# Lucid Dreaming > Dream Control >  >  Summoning Real Life Women

## Dextrochris

I have not successfully summoned anything in my LD's yet, except light, and I do not count that. What I was wondering was, what are of the methods of summoning attractive women in your dreams, like, what what you probably consider your most effective method? Any help would be most appreciated. 

Thx, DEXTRO... ::shock::

----------


## Piedude

I would suggest either going to a corner and think: 'Round this corner will be a (insert anything here) but in your case an atractive women. Or you could go up to a DC and ask if they have seen a women and that might say something like she's just over there 
Hope I helped

----------


## kulananda

Get pictures of attractive women, or just imagine them. Meditate on them , look into their eyes and open your heart to love/lust. no ejaculation or orgasm until you meet a dream lover. Practice sex energy transmutation and meditate on the heart chakra. I can send a transmutation exercise if you like. send me a note.

----------


## Max ツ

Well, you could always try the Behind-The-Door method. Just go to a brothel in your dream, where applying this method will be heck of a lot easier because you already expect someone attractive to be behind the door. i would not recommend round the corner because, 1) It will need higher imagination and concentration to work. 2) Even if you DO get what you wanted, a street corner is not really the place to make love, and a brothel would create a much more pleasant and private environment for it.
Would be amusing if you were doing it and suddenly a DC family member comes up and starts gaping at you, or maybe a whole crowd of people pointing and gawking at you!  ::shock::

----------


## Dextrochris

Very good answers all, I like the idea kulananda had though, I will send you message that way you can help me out.

----------


## User

While we're on the topic, how do you prevent the people you've summoned from transforming into other stuff, while sexing them?

----------


## Dextrochris

Yeah I would like to know that also because I do not want that to happen to me haha..

----------


## Max ツ

Best thing is to talk to them while doing it, compliment her beauty, especially her figure. Make flattering remarks. Concentrate on how beautiful she is, how good she looks. In general, give her (or her body) attention and it will become more detailed, and there is a less chance of morphing. That way you will kill two birds with one shot. Believe me, folks, I have tried this method and it worked 4 out of 4 times up till now. This will help keep her in one form only and also boosts your lucidity and keeps you from loosing it.

----------


## User

> Best thing is to talk to them while doing it, compliment her beauty, especially her figure. Make flattering remarks. Concentrate on how beautiful she is, how good she looks. In general, give her (or her body) attention and it will become more detailed, and there is a less chance of morphing. That way you will kill two birds with one shot. Believe me, folks, I have tried this method and it worked 4 out of 4 times up till now. This will help keep her in one form only and also boosts your lucidity and keeps you from loosing it.

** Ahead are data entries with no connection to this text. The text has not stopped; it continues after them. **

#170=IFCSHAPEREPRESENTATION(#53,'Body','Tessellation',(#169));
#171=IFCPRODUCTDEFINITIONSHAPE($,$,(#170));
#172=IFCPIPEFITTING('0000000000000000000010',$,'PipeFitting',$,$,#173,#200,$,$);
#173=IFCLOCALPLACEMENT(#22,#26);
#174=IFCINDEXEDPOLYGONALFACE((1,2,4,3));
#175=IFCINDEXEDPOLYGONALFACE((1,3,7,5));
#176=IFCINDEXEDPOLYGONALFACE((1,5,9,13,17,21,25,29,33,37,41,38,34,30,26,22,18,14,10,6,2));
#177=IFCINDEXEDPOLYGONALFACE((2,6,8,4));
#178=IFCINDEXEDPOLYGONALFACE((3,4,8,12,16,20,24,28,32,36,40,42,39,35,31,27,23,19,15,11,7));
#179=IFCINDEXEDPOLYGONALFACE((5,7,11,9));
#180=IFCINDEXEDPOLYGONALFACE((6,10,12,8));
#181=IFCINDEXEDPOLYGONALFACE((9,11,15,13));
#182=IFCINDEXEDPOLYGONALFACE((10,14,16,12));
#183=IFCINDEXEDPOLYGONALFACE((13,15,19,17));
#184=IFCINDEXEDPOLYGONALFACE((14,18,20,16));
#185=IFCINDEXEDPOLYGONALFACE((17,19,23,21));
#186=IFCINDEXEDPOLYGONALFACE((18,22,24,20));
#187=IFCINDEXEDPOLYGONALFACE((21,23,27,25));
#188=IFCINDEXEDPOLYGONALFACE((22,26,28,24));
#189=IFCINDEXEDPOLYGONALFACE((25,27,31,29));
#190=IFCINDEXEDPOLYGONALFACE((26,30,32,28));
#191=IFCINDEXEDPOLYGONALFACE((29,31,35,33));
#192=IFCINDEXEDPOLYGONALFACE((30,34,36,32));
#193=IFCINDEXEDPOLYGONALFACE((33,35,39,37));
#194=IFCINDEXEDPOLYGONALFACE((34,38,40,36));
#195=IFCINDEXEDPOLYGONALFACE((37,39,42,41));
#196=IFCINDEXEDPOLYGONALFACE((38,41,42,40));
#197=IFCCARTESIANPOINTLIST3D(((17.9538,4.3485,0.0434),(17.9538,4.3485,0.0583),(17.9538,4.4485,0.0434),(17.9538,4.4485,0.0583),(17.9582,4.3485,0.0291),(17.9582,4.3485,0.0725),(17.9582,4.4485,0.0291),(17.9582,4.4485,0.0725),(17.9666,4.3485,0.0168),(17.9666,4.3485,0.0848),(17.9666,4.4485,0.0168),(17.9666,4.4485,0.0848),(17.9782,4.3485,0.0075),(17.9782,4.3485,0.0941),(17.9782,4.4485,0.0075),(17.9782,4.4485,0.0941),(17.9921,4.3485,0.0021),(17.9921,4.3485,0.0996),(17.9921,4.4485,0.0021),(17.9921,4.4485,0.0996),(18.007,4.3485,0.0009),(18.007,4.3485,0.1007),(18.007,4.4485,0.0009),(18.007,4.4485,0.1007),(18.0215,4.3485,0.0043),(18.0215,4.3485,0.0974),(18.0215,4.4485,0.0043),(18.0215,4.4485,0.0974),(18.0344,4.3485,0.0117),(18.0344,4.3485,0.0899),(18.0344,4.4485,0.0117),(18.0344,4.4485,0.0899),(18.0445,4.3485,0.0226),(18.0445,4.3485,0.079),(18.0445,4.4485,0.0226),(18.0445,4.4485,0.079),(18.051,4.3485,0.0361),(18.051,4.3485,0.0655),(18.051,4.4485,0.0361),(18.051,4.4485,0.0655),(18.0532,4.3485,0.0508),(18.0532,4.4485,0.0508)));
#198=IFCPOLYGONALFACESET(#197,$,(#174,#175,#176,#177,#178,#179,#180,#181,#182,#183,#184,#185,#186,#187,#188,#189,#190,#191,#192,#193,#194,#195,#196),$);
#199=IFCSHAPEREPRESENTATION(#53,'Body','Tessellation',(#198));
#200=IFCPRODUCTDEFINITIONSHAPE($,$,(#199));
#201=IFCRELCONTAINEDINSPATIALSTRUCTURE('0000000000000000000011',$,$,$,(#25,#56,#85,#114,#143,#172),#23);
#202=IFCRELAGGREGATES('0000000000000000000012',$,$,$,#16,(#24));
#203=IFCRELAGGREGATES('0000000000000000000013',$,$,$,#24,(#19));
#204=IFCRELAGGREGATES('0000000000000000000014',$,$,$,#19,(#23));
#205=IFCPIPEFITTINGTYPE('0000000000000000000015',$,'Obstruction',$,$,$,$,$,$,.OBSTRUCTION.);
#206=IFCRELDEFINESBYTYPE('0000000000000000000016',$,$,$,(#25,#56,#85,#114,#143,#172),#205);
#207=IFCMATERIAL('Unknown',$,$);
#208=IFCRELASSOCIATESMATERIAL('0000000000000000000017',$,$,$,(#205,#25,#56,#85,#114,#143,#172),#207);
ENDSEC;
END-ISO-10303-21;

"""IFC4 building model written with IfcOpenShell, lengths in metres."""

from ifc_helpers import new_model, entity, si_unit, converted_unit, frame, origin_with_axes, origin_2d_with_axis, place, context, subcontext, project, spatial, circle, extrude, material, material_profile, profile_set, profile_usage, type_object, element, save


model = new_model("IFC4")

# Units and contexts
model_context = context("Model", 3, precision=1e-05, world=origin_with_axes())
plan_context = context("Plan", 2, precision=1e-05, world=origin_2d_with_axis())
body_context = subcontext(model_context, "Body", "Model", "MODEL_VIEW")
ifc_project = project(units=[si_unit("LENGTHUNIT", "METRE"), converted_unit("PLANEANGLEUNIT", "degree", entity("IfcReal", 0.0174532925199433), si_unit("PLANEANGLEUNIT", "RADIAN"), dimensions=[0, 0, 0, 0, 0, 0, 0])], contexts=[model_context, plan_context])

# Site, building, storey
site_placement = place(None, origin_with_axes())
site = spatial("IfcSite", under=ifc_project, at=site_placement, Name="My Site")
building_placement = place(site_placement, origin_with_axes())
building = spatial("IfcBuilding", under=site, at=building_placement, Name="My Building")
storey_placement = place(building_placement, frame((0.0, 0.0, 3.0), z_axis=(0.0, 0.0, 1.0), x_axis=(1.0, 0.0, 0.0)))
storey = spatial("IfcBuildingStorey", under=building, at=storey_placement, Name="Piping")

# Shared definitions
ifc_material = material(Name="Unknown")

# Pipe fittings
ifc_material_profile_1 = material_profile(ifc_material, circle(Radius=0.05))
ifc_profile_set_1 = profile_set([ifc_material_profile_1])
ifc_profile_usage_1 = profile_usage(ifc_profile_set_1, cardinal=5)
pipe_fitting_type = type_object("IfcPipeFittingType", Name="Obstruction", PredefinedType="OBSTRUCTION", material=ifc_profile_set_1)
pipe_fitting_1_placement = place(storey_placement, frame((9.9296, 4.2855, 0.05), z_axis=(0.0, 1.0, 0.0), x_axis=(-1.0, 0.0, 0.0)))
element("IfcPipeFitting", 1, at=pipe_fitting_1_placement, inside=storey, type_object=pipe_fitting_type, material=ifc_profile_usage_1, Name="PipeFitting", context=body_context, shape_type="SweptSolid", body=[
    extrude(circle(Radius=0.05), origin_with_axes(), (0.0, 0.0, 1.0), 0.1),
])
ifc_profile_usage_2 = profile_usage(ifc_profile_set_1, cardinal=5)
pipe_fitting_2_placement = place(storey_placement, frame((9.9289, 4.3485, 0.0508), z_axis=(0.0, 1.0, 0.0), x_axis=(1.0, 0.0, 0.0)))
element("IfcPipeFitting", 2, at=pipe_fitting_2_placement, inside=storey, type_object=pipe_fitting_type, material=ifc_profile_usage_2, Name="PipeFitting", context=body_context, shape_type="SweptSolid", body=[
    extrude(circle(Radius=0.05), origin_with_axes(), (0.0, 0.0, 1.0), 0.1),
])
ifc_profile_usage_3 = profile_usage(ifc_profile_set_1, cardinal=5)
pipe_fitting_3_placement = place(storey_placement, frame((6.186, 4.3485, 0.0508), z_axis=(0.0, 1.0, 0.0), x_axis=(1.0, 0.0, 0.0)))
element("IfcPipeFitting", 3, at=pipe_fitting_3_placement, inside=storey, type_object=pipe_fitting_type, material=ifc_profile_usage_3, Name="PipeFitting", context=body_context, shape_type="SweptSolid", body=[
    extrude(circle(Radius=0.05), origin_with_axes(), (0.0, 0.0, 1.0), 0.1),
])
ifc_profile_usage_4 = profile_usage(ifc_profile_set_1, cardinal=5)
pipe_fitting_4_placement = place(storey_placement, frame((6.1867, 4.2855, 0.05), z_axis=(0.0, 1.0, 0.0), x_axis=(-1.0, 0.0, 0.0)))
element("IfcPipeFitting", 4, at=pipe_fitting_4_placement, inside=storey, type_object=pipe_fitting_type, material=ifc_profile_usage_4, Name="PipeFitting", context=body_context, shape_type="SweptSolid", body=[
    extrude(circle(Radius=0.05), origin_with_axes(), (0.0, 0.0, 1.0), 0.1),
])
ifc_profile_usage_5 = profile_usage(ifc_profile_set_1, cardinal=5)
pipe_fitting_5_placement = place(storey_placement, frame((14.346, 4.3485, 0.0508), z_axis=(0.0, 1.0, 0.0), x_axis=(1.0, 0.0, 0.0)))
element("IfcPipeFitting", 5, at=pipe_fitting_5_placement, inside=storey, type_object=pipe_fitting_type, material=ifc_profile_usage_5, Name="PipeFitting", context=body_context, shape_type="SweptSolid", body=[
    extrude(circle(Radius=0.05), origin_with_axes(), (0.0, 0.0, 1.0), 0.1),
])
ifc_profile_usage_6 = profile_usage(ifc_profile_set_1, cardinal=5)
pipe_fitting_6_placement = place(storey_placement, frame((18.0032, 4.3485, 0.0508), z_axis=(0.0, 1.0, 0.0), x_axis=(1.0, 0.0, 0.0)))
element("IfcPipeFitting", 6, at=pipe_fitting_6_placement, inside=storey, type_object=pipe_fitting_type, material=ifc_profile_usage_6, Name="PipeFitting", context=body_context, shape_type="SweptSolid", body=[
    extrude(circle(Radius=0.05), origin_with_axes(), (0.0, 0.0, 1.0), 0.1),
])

Thanks, I'm going to try that tonight.

----------


## Dextrochris

Yah whenever I get another LD I am definately going to try that, I will take out three things from my information I have recieved: Summon Something, Make Love in an LD, and Lengthen an LD to at least 5 minutes.

----------


## pdiddles03

I didn't summon a woman but i tried summoning tuvoc from star trek voyager when i went through a door once.so i could talk to him. but when i did, my whole dream world faded as i walked into the door and i saw his face take form, and his image went in and out, like someone was turning a light off and on.  but when i stopped trying to visualize him, i went back into my dream world where i was b4.

----------


## jsmith2076

I was able to summon a female friend in my very first lucid dream.  I just *cough* "played" with her a little bit, then the dream fades.

----------


## kulananda

> I was able to summon a female friend in my very first lucid dream.  I just *cough* "played" with her a little bit, then the dream fades.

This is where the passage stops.